La prima idea è che la Russia voglia giocarsi la carta degli embarghi energetici selettivi in un gioco delle parti con i big europei capace di evitare la totale escalation con l’Ue, prima acquirente del gas russo. Bruxelles esclude l’embargo di fatto, non ha mosso un dito per implementare misure di rottura definitiva e Mosca può dunque rivendicare di aver fatto la voce grossa senza cagionare conseguenze concrete sull’export energetico.

La seconda idea è quella dell’inizio di una serie di misure di distacco tra Mosca e Helsinki miranti a colpire esplicitamente il Paese di Sanna Marin in una fase in cui si trova tra l’incudine e il martello per il perdurante veto turco sull’ingresso nella Nato. La mossa sul gas è la seconda, e più eclatante, delle manovra anti-finniche. La prima, passata più in sordina, risale a una settimana fa: il taglio delle forniture elettriche dirette a Helsinki. A fine aprile l’elettricità proveniente dalla Russia costituiva circa il 10 per cento dei consumi nel Paese e dunque la manovra è destinata a creare maggiori impatti in futuro.

La terza idea è quella di un’escalation volutamente controllata per evitare di far correre la tensione alle estreme conseguenze su altri fattori, da quello militare a quello dei legami commerciali e sociali tra Paesi che condividono 1.340 km di confine. In quest’ottica, il Cremlino si mostrerebbe “falco” agli occhi degli oltranzisti senza far precipitare la situazione.

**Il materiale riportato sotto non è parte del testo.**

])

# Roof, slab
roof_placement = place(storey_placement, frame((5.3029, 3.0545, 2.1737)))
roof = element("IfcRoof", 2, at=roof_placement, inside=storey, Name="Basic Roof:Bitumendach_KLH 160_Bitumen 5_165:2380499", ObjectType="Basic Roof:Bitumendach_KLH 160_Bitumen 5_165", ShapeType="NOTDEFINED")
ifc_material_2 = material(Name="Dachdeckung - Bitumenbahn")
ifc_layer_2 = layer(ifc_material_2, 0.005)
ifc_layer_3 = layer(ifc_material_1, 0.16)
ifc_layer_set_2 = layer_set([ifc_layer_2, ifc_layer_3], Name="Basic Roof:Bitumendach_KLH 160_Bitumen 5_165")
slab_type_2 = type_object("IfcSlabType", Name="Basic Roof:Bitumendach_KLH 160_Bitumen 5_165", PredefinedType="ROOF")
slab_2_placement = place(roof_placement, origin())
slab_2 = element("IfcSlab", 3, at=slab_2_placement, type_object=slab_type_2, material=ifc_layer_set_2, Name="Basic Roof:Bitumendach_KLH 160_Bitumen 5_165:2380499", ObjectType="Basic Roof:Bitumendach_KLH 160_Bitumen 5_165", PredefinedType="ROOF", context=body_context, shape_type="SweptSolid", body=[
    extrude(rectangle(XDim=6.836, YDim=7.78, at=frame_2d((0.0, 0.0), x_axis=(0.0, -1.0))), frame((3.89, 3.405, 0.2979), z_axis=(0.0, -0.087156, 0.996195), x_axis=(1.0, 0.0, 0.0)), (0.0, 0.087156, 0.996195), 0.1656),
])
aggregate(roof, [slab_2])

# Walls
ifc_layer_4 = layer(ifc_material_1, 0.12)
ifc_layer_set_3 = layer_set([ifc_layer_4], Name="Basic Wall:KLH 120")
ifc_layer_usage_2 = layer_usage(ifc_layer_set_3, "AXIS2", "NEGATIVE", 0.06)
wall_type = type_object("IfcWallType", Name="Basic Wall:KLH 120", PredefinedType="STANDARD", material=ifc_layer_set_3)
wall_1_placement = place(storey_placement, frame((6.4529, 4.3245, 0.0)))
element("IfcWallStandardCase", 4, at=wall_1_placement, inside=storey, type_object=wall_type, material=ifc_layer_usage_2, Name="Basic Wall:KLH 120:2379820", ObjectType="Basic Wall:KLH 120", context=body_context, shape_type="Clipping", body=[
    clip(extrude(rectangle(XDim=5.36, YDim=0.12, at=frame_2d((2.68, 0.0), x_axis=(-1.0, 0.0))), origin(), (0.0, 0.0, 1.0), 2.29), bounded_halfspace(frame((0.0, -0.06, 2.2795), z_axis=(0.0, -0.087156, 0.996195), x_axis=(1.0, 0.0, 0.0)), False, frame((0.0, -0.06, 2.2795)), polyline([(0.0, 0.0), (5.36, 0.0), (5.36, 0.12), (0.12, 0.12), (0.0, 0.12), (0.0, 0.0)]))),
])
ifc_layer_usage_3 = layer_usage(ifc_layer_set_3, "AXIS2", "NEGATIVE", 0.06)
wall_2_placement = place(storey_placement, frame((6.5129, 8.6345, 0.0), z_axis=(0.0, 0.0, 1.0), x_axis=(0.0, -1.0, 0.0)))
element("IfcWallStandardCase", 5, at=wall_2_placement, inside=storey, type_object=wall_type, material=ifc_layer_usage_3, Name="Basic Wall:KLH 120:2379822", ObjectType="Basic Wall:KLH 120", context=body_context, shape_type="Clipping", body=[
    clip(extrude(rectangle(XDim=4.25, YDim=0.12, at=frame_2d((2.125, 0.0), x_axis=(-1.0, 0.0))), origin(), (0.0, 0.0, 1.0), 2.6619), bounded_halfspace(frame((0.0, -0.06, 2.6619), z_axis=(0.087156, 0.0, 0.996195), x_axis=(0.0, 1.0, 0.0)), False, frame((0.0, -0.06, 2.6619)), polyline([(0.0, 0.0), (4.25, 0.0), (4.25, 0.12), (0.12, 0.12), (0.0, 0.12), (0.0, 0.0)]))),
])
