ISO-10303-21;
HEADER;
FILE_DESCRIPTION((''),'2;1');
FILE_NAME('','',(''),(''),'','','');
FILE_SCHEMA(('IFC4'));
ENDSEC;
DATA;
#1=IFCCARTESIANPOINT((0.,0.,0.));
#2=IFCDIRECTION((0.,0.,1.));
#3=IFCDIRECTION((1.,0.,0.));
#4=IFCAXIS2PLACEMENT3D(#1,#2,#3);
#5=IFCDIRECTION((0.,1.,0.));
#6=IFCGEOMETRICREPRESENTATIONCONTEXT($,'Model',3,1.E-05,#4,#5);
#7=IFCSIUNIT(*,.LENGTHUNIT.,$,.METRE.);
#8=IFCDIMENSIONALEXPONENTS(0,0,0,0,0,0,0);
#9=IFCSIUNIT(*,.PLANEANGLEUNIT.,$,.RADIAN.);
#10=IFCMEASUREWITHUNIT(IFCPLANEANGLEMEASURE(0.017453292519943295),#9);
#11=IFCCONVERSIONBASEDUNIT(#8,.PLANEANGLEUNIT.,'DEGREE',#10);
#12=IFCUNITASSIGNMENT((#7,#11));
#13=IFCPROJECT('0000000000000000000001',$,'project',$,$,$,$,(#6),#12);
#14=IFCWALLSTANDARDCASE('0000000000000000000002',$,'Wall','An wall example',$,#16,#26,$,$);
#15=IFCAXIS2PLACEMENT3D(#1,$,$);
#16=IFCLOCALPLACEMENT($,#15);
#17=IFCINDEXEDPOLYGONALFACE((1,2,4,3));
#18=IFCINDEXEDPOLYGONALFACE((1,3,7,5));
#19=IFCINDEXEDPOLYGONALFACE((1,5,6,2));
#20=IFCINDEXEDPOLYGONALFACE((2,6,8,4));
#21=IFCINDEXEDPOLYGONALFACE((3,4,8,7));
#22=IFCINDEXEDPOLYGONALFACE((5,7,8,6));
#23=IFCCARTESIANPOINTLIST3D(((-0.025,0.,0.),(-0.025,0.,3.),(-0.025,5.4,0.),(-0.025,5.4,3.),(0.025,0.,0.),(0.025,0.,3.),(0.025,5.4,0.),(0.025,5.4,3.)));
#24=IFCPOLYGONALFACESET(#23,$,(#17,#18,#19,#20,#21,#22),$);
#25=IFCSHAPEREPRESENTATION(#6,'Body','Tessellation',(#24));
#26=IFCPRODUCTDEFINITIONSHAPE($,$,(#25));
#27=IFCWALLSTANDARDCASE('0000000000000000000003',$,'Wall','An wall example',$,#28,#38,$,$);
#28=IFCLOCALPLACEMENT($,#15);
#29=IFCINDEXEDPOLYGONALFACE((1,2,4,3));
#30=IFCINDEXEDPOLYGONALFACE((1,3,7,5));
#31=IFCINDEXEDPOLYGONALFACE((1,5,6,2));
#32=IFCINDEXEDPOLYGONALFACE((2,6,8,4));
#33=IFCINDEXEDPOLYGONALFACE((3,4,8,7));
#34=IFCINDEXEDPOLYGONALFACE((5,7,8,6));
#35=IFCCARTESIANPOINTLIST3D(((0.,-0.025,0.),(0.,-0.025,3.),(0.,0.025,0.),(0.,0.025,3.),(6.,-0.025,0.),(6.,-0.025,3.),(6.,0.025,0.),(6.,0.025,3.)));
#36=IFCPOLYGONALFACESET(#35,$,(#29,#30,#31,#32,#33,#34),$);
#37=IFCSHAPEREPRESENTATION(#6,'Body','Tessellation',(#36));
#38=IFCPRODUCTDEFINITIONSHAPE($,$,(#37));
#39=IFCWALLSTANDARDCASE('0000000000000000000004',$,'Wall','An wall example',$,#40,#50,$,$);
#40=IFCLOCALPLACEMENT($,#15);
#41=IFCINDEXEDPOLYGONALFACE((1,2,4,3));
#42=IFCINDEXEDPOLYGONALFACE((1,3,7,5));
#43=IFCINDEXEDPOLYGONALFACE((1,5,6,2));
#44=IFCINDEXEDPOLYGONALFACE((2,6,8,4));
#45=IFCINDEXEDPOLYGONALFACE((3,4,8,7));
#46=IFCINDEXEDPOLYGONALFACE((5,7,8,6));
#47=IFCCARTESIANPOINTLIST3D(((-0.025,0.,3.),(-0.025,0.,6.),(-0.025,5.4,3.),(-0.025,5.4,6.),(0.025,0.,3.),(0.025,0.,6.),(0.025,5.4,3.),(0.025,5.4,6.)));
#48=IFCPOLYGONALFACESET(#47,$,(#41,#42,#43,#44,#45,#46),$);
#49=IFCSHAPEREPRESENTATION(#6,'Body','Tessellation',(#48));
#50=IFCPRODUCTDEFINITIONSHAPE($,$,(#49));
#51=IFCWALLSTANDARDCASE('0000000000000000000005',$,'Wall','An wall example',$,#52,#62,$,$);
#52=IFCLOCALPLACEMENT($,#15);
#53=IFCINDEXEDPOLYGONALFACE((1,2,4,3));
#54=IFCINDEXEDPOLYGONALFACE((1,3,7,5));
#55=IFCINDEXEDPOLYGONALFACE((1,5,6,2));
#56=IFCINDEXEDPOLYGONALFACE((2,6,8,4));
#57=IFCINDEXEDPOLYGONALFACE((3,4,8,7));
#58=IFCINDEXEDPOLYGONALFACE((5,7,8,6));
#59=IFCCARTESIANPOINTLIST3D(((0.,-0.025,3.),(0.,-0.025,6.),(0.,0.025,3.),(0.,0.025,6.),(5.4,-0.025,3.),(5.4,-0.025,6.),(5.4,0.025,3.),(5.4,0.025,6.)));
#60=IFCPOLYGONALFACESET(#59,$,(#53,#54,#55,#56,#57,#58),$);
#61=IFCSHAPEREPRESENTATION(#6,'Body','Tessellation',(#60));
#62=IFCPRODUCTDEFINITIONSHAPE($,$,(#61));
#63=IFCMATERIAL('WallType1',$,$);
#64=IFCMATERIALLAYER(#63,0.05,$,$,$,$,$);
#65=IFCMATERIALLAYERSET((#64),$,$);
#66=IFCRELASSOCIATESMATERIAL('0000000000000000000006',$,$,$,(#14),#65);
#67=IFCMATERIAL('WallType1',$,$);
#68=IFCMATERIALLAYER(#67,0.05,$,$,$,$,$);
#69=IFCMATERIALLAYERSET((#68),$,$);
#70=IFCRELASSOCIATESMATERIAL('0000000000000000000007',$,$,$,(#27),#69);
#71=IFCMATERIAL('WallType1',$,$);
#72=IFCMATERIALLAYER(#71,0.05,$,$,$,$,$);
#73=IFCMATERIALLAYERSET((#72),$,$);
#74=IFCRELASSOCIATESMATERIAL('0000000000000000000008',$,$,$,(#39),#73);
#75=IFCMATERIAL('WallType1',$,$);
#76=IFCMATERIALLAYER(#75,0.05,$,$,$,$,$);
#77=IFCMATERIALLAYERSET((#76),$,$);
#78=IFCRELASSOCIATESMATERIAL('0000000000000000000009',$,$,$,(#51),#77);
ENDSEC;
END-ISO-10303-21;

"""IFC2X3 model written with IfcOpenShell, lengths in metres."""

from ifc_helpers import new_model, entity, si_unit, converted_unit, direction, frame, origin_with_axes, place, context, project, polyline, outline, extrude, material, layer, layer_set, layer_usage, element, save


model = new_model("IFC2X3")

# Units and contexts
model_context = context("Model", 3, precision=1e-05, world=origin_with_axes(), true_north=direction((0.0, 1.0, 0.0)))
ifc_project = project(units=[si_unit("LENGTHUNIT", "METRE"), converted_unit("PLANEANGLEUNIT", "DEGREE", entity("IfcPlaneAngleMeasure", 0.017453292519943295), si_unit("PLANEANGLEUNIT", "RADIAN"), dimensions=[0, 0, 0, 0, 0, 0, 0])], contexts=[model_context])

# Walls
ifc_material_1 = material(Name="WallType1")
ifc_layer_1 = layer(ifc_material_1, 0.05)
ifc_layer_set_1 = layer_set([ifc_layer_1])
ifc_layer_usage_1 = layer_usage(ifc_layer_set_1, "AXIS2", "POSITIVE", -0.1)
placement_1 = place(None, origin_with_axes())
placement_2 = place(placement_1, origin_with_axes())
placement_3 = place(placement_2, origin_with_axes())
wall_1_placement = place(placement_3, origin_with_axes())
element("IfcWallStandardCase", 1, at=wall_1_placement, material=ifc_layer_usage_1, Name="Wall", Description="An wall example", context=model_context, shape_type="SweptSolid", body=[
    extrude(outline(polyline([(-0.025, 0.0, 0.0), (-0.025, 5.4, 0.0), (0.025, 5.4, 0.0), (0.025, 0.0, 0.0), (-0.025, 0.0, 0.0)])), origin_with_axes(), (0.0, 0.0, 1.0), 3.0),
])
ifc_material_2 = material(Name="WallType1")
ifc_layer_2 = layer(ifc_material_2, 0.05)
ifc_layer_set_2 = layer_set([ifc_layer_2])
ifc_layer_usage_2 = layer_usage(ifc_layer_set_2, "AXIS2", "POSITIVE", -0.1)
wall_2_placement = place(placement_3, origin_with_axes())
element("IfcWallStandardCase", 2, at=wall_2_placement, material=ifc_layer_usage_2, Name="Wall", Description="An wall example", context=model_context, shape_type="SweptSolid", body=[
    extrude(outline(polyline([(0.0, 0.025, 0.0), (6.0, 0.025, 0.0), (6.0, -0.025, 0.0), (0.0, -0.025, 0.0), (0.0, 0.025, 0.0)])), origin_with_axes(), (0.0, 0.0, 1.0), 3.0),
])
ifc_material_3 = material(Name="WallType1")
ifc_layer_3 = layer(ifc_material_3, 0.05)
ifc_layer_set_3 = layer_set([ifc_layer_3])
ifc_layer_usage_3 = layer_usage(ifc_layer_set_3, "AXIS2", "POSITIVE", -0.1)
wall_3_placement = place(placement_3, origin_with_axes())
element("IfcWallStandardCase", 3, at=wall_3_placement, material=ifc_layer_usage_3, Name="Wall", Description="An wall example", context=model_context, shape_type="SweptSolid", body=[
    extrude(outline(polyline([(-0.025, 0.0, 1.5), (-0.025, 5.4, 1.5), (0.025, 5.4, 1.5), (0.025, 0.0, 1.5), (-0.025, 0.0, 1.5)])), frame((0.0, 0.0, 1.5), z_axis=(0.0, 0.0, 1.0), x_axis=(1.0, 0.0, 0.0)), (0.0, 0.0, 1.0), 3.0),
])
ifc_material_4 = material(Name="WallType1")
ifc_layer_4 = layer(ifc_material_4, 0.05)
ifc_layer_set_4 = layer_set([ifc_layer_4])
ifc_layer_usage_4 = layer_usage(ifc_layer_set_4, "AXIS2", "POSITIVE", -0.1)
wall_4_placement = place(placement_3, origin_with_axes())
element("IfcWallStandardCase", 4, at=wall_4_placement, material=ifc_layer_usage_4, Name="Wall", Description="An wall example", context=model_context, shape_type="SweptSolid", body=[
    extrude(outline(polyline([(0.0, 0.025, 1.5), (5.4, 0.025, 1.5), (5.4, -0.025, 1.5), (0.0, -0.025, 1.5), (0.0, 0.025, 1.5)])), frame((0.0, 0.0, 1.5), z_axis=(0.0, 0.0, 1.0), x_axis=(1.0, 0.0, 0.0)), (0.0, 0.0, 1.0), 3.0),
])

save(model, "model.ifc")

Quel che accomuna queste tesi è il fatto che Putin e il suo governo hanno reagito con fastidio e con una serie di falli di reazione alla mossa finlandese. E sul fronte politico-mediatico l’embargo si traduce in un nuovo, profondo solco segnato tra Mosca e il più occidentale dei Paesi con essa confinanti. Un solco che Putin non aveva altra scelta se non tracciare, nel contesto di un braccio di ferro spintosi comunque troppo avanti. E nel cui sviluppo l’obiettivo diventa ora il governo delle conseguenze a lungo termine. Per evitare che il confine russo-finlandese diventi una trincea della nuova “Cortina di Ferro” d’Europa.